Ah, right, the "There are changes, proceed?" applies to properties too. Sorry, haven't run an apply yet, still slowly refining the output of save. My use cases are fully satisfied then, it appears. Thanks.

[PkmX]

So, what's the current take on this?

systemd-boot now stores a random seed on /boot/loader/random-seed, which should be non-world-readable. Since /boot is usually on vfat, the only way to achieve this is by mounting the filesystem with fmask=0077, which changes the permission of every file under /boot. This causes aconfmgr to think that every file under /boot has different permission than the one from the official packages.

[CyberShadow]

Fun. Is it the systemd maintainers' consensus that ESP /boot should now be mounted with fmask=0077?

[PkmX]

bootctl install or bootctl random-seed prints the following warnings:

⚠️ Mount point '/boot' which backs the random seed file is world accessible, which is a security hole! ⚠️
⚠️ Random seed file '/boot/loader/random-seed' is world accessible, which is a security hole! ⚠️

With ESP typically being formatted as vfat, it basically requires a fmask that masks out the other-readable permission for every file on the filesystem.
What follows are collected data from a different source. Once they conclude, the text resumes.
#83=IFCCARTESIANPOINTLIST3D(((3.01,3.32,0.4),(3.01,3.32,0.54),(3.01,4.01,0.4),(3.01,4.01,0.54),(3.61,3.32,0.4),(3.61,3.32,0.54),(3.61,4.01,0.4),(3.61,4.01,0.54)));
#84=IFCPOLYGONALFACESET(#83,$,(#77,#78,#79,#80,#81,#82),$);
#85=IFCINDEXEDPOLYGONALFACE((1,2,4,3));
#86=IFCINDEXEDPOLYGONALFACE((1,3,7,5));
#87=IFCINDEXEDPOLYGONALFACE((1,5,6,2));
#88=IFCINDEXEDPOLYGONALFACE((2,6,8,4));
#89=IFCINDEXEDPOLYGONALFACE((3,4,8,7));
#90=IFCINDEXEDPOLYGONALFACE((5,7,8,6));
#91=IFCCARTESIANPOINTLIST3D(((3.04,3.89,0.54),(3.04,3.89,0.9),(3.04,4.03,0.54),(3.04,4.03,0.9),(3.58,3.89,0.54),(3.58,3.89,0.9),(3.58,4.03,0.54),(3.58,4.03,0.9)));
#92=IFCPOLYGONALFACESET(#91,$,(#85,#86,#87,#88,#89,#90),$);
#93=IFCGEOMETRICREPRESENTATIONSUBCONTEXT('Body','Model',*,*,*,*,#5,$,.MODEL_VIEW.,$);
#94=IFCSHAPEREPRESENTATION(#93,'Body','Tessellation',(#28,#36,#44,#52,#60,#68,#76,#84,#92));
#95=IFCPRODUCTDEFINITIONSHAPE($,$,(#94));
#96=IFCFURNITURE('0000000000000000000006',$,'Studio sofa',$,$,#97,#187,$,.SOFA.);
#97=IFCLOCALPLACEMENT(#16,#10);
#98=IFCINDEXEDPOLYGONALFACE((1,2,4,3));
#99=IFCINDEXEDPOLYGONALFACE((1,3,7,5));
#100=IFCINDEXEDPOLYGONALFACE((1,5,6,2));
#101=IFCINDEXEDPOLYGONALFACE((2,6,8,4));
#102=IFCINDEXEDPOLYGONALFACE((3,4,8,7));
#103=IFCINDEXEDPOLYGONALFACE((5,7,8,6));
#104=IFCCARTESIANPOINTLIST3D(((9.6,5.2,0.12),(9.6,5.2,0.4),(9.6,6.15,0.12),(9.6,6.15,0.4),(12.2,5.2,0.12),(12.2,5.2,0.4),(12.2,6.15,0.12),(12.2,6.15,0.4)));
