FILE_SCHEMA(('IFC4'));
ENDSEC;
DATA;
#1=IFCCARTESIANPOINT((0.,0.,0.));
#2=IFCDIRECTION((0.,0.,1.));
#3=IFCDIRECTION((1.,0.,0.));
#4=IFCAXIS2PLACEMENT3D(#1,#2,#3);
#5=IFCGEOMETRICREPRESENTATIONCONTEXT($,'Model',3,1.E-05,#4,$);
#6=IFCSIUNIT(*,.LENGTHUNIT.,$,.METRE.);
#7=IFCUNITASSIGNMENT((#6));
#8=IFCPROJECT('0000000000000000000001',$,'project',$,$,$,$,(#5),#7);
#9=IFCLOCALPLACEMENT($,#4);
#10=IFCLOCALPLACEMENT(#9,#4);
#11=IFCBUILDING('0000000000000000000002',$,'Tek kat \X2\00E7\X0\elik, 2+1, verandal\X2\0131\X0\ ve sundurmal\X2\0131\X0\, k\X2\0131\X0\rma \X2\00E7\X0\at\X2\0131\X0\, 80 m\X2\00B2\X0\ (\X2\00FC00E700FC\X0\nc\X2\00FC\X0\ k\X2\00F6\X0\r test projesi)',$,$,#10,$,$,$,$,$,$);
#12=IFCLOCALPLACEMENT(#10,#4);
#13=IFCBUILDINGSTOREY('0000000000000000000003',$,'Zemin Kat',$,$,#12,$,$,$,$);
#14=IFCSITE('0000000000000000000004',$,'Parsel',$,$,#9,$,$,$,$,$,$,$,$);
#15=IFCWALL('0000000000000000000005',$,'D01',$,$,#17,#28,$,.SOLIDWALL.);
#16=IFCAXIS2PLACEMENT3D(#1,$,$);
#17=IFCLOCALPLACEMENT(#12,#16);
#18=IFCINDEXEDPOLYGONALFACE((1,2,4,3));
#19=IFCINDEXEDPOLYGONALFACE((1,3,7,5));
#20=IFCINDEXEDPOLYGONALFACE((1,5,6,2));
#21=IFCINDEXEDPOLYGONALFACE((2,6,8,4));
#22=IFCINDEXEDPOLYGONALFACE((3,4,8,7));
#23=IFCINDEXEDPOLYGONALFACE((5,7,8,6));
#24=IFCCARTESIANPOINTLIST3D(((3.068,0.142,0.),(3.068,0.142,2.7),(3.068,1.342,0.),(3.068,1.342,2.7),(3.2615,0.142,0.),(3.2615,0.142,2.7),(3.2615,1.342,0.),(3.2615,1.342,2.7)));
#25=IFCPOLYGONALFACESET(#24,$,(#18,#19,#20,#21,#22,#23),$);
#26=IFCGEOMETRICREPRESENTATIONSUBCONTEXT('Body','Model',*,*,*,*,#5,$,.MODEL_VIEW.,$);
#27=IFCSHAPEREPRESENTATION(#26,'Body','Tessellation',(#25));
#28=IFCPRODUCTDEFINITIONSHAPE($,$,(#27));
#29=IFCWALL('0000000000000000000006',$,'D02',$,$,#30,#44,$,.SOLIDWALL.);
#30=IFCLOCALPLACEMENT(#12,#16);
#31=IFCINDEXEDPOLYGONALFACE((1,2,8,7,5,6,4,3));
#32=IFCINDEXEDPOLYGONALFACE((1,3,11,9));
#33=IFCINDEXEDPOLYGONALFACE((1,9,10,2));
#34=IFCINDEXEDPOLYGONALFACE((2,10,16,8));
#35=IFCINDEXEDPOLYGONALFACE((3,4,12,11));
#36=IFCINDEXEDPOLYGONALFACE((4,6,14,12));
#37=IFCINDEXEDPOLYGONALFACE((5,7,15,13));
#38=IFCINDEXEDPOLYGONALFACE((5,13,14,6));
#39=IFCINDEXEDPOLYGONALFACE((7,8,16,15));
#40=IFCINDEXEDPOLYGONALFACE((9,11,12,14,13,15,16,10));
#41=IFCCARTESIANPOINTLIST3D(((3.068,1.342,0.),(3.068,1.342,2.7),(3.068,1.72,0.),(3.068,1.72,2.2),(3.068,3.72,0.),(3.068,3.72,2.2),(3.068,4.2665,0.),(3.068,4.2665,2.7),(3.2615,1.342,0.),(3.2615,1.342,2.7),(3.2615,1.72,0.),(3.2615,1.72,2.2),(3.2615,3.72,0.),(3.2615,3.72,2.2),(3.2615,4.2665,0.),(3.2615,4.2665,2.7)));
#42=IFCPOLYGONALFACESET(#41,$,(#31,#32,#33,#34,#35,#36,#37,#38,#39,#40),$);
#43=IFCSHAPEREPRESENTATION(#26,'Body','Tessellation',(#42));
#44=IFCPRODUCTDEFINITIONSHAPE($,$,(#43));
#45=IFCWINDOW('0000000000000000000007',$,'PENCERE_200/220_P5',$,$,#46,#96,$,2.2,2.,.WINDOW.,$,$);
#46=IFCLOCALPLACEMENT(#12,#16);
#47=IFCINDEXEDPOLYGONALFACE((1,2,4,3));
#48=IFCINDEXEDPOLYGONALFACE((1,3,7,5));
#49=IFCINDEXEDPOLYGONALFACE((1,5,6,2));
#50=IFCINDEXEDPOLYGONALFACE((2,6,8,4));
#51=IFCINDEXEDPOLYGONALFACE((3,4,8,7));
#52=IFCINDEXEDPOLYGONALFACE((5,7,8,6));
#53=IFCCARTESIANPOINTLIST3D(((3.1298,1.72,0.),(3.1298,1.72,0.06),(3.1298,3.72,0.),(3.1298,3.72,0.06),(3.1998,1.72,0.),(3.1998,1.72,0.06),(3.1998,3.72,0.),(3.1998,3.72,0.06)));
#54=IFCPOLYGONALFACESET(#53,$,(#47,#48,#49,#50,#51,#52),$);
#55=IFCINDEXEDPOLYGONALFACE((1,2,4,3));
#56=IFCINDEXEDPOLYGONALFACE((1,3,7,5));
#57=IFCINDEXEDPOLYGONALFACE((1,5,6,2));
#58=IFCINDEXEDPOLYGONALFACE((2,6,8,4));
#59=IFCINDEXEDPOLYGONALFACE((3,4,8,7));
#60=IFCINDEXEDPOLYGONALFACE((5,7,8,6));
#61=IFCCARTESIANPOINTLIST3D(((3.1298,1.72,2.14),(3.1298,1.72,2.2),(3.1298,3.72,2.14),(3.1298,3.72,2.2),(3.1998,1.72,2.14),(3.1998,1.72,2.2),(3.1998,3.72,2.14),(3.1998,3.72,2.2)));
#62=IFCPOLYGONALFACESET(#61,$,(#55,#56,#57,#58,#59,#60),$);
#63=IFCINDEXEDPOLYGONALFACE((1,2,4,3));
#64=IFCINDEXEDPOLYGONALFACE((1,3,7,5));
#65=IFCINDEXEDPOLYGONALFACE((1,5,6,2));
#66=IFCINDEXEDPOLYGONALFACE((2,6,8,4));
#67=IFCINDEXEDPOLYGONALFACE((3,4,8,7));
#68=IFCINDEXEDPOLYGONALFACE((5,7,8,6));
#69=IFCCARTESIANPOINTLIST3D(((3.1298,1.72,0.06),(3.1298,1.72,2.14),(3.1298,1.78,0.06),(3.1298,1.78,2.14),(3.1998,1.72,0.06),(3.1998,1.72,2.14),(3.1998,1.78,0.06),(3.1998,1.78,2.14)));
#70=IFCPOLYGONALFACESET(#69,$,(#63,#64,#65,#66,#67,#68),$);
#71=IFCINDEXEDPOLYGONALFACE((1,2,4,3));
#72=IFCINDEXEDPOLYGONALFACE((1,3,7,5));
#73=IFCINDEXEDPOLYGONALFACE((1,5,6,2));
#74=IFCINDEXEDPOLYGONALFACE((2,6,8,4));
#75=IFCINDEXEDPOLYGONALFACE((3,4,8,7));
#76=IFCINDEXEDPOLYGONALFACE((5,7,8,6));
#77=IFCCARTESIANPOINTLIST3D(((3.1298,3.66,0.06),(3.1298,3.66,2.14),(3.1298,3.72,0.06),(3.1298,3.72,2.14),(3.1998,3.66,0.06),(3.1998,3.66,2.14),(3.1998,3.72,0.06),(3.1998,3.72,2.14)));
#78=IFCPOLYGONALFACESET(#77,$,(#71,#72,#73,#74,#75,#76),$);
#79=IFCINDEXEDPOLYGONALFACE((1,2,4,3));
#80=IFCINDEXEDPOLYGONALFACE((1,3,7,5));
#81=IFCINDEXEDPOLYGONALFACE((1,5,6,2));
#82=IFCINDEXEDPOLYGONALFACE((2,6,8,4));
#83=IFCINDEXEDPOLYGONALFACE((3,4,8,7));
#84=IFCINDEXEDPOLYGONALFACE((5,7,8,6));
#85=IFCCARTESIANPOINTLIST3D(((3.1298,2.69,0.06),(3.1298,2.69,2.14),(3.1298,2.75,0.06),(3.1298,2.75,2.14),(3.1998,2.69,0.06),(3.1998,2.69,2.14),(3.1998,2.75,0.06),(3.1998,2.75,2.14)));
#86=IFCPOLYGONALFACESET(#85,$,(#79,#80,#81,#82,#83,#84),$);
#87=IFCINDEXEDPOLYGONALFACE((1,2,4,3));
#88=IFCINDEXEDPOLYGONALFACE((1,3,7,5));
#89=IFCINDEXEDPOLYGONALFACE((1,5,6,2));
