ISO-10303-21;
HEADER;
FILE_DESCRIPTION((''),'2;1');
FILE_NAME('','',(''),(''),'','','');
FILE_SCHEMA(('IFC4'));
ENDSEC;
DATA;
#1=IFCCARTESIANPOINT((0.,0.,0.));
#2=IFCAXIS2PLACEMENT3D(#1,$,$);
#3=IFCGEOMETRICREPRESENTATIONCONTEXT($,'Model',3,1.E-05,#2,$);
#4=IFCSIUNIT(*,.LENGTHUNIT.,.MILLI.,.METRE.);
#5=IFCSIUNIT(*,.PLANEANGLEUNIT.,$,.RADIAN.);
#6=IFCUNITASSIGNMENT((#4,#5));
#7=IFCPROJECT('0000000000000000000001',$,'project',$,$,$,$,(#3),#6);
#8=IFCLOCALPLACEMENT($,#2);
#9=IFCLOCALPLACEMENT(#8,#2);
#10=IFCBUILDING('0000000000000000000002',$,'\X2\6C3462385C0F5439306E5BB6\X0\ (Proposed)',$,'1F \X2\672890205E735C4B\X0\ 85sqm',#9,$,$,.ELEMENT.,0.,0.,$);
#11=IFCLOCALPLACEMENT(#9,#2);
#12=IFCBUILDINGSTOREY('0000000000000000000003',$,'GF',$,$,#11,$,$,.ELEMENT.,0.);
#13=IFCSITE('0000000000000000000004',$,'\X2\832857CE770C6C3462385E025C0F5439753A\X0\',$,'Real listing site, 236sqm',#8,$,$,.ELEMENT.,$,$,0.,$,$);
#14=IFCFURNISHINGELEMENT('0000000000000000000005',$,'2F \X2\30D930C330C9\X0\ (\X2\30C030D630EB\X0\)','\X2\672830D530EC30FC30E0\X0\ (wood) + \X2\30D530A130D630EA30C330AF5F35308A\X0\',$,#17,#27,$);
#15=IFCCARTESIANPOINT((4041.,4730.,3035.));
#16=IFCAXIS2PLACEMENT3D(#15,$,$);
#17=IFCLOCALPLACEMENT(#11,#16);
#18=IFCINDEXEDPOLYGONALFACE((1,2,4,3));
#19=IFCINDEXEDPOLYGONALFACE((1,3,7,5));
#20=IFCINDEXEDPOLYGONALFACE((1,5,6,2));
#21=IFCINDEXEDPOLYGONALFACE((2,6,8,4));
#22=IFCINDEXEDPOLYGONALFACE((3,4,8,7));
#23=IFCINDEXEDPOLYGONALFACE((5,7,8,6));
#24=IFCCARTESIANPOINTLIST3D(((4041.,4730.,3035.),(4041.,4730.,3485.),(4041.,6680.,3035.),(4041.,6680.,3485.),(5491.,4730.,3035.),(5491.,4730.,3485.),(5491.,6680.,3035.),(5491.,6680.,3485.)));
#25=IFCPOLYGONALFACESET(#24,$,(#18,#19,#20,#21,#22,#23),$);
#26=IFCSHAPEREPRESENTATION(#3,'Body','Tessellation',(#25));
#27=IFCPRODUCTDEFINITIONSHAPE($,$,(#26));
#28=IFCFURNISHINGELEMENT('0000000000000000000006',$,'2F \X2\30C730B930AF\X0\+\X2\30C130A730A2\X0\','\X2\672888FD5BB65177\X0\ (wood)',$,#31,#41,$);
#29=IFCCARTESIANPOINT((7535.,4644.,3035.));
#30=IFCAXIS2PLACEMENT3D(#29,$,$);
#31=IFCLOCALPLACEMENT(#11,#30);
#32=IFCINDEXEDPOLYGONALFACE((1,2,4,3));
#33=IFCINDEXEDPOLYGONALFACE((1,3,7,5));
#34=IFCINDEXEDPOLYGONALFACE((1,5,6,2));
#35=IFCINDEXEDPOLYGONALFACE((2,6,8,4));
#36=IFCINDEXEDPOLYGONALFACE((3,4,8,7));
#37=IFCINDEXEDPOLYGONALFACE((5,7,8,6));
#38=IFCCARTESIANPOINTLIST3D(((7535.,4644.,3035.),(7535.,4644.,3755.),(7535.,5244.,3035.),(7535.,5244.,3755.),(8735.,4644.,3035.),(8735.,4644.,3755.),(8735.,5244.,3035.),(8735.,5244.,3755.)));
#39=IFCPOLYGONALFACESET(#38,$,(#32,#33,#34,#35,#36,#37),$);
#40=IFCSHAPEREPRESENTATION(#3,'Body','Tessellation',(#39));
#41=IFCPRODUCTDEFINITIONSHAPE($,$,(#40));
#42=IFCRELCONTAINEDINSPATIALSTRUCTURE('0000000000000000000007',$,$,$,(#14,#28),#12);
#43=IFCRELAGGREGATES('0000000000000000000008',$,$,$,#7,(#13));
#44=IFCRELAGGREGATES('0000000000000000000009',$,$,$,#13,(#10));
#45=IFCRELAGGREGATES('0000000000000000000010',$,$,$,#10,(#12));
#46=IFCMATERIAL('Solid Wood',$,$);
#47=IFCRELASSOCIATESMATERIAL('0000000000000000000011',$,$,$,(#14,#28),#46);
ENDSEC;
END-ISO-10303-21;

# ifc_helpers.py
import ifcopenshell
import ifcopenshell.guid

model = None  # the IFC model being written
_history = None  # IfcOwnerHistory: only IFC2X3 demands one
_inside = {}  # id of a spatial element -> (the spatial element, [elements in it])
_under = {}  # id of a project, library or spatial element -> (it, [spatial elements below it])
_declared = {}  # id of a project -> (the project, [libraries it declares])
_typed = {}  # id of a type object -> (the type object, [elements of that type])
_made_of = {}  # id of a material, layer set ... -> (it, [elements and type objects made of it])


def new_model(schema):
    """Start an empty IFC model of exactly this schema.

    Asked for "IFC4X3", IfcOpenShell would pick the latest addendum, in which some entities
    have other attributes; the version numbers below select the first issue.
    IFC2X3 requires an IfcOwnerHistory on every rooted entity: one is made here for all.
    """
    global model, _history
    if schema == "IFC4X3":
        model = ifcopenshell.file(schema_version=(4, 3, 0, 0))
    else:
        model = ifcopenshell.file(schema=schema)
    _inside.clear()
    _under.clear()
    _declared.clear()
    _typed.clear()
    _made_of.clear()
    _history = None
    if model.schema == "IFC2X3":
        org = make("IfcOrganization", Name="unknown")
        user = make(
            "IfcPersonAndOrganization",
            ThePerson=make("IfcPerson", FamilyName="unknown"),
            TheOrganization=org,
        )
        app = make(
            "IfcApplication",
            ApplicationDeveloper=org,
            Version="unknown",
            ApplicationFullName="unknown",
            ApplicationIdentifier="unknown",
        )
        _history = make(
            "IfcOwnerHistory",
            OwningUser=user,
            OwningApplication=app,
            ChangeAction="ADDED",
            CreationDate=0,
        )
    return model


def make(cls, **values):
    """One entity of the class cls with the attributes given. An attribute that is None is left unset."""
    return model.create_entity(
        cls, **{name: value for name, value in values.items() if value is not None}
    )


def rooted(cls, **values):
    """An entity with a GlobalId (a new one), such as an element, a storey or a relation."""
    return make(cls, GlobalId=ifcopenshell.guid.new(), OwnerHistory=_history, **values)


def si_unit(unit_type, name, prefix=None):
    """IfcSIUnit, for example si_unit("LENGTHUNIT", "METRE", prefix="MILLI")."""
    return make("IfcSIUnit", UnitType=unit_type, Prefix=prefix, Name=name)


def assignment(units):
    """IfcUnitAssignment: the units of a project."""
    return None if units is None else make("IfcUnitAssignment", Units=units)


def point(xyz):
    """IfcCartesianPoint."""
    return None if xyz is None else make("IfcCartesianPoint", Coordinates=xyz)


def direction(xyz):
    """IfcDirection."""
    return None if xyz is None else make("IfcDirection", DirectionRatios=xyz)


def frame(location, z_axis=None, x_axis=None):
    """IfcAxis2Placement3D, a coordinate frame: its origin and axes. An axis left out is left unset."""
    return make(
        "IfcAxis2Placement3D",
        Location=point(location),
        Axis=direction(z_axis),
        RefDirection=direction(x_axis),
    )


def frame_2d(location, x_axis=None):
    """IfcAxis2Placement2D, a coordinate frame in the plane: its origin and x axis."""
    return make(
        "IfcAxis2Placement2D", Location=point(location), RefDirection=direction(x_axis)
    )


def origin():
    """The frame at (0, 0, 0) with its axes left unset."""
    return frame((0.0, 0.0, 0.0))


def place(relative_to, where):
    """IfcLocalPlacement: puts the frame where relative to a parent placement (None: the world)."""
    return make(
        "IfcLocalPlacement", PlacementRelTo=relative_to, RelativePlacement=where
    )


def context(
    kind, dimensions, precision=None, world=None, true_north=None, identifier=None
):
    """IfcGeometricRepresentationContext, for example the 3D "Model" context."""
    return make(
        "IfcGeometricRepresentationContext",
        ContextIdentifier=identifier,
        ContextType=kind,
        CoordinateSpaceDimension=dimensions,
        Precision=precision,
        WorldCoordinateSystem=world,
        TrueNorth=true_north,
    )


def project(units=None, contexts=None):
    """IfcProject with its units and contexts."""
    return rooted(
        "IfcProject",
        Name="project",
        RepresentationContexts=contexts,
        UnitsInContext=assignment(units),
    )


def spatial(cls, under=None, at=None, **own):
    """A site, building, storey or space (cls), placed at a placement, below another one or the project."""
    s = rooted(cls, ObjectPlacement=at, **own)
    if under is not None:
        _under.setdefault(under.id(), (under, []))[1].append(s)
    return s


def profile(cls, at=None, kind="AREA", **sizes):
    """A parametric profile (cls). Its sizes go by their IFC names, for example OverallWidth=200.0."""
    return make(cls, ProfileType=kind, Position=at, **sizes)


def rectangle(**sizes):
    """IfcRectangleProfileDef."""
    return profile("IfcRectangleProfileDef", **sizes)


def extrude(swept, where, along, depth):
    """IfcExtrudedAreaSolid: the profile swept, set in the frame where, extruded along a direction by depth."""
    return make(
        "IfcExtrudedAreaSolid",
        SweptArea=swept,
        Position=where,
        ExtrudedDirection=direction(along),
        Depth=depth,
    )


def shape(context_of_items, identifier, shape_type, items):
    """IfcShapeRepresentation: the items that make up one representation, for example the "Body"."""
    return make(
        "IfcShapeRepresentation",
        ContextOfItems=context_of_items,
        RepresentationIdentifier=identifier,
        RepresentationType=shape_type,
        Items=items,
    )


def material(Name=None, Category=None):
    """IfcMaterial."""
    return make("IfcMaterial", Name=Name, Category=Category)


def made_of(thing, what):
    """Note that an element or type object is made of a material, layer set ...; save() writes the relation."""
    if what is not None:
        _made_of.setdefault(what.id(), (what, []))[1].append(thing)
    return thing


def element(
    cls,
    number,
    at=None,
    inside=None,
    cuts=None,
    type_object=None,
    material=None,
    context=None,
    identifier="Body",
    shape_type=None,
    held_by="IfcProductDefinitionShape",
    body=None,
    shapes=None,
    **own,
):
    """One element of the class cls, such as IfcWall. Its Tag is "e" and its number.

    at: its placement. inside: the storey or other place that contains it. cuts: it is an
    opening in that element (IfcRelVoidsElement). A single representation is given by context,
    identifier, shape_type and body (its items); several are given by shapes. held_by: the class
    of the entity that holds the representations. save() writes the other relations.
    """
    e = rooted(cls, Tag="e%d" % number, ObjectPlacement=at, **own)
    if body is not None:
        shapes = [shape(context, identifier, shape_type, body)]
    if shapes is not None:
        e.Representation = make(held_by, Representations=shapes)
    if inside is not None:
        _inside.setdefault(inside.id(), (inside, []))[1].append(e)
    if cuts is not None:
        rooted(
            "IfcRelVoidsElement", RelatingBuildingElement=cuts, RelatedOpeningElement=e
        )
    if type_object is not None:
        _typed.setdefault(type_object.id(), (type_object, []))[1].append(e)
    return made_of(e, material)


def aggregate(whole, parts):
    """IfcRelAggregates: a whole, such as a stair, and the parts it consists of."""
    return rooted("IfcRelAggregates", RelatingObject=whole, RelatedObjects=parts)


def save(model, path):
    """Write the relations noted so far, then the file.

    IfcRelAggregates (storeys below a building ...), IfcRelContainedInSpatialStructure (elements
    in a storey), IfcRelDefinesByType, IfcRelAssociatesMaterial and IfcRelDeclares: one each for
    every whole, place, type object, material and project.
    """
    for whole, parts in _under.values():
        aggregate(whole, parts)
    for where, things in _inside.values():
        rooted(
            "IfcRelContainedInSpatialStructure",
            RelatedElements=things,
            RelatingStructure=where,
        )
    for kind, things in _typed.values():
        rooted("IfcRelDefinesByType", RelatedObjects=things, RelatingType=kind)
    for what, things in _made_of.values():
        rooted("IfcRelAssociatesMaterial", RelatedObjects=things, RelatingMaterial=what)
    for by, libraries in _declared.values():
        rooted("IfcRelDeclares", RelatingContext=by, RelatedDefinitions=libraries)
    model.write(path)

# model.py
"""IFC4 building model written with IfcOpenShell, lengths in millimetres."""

from ifc_helpers import new_model, si_unit, frame, frame_2d, origin, place, context, project, spatial, rectangle, extrude, material, element, save


model = new_model("IFC4")

# Units and contexts
model_context = context("Model", 3, precision=1e-05, world=origin())
ifc_project = project(units=[si_unit("LENGTHUNIT", "METRE", prefix="MILLI"), si_unit("PLANEANGLEUNIT", "RADIAN")], contexts=[model_context])

# Site, building, storey
site_placement = place(None, origin())
site = spatial("IfcSite", under=ifc_project, at=site_placement, Name="茨城県水戸市小吹町", ObjectType="Real listing site, 236sqm", CompositionType="ELEMENT", RefElevation=0.0)
building_placement = place(site_placement, origin())
building = spatial("IfcBuilding", under=site, at=building_placement, Name="水戸小吹の家 (Proposed)", ObjectType="1F 木造平屋 85sqm", CompositionType="ELEMENT", ElevationOfRefHeight=0.0, ElevationOfTerrain=0.0)
storey_placement = place(building_placement, origin())
storey = spatial("IfcBuildingStorey", under=building, at=storey_placement, Name="GF", CompositionType="ELEMENT", Elevation=0.0)

# Shared definitions
ifc_material_1 = material(Name="Solid Wood")

# Furnishing elements
furnishing_1_placement = place(storey_placement, frame((4041.0, 4730.0, 3035.0)))
element("IfcFurnishingElement", 1, at=furnishing_1_placement, inside=storey, material=ifc_material_1, Name="2F ベッド (ダブル)", Description="木フレーム (wood) + ファブリック張り", context=model_context, shape_type="SweptSolid", body=[
    extrude(rectangle(XDim=1450.0, YDim=1950.0, at=frame_2d((725.0, 975.0))), frame((4041.0, 4730.0, 3035.0)), (0.0, 0.0, 1.0), 450.0),
])
furnishing_2_placement = place(storey_placement, frame((7535.0, 4644.0, 3035.0)))
element("IfcFurnishingElement", 2, at=furnishing_2_placement, inside=storey, material=ifc_material_1, Name="2F デスク+チェア", Description="木製家具 (wood)", context=model_context, shape_type="SweptSolid", body=[
    extrude(rectangle(XDim=1200.0, YDim=600.0, at=frame_2d((600.0, 300.0))), frame((7535.0, 4644.0, 3035.0)), (0.0, 0.0, 1.0), 720.0),
])

save(model, "model.ifc")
I also tried to hack some solutions like mount -o bind,X-mount.mode=0770 /boot/loader/random-seed /boot/load/random-seed just to modify the permission of this partiular file, but it doesn't seem to work if the base filesystem is vfat.

[CyberShadow]

That is a pickle.

It might be worth asking the Arch folks if they were thinking about making files in packages (that have files under /boot) to change their mode to non-world-readable to conform to systemd's expectations. After all, this also affects e.g. pacman -Qkk.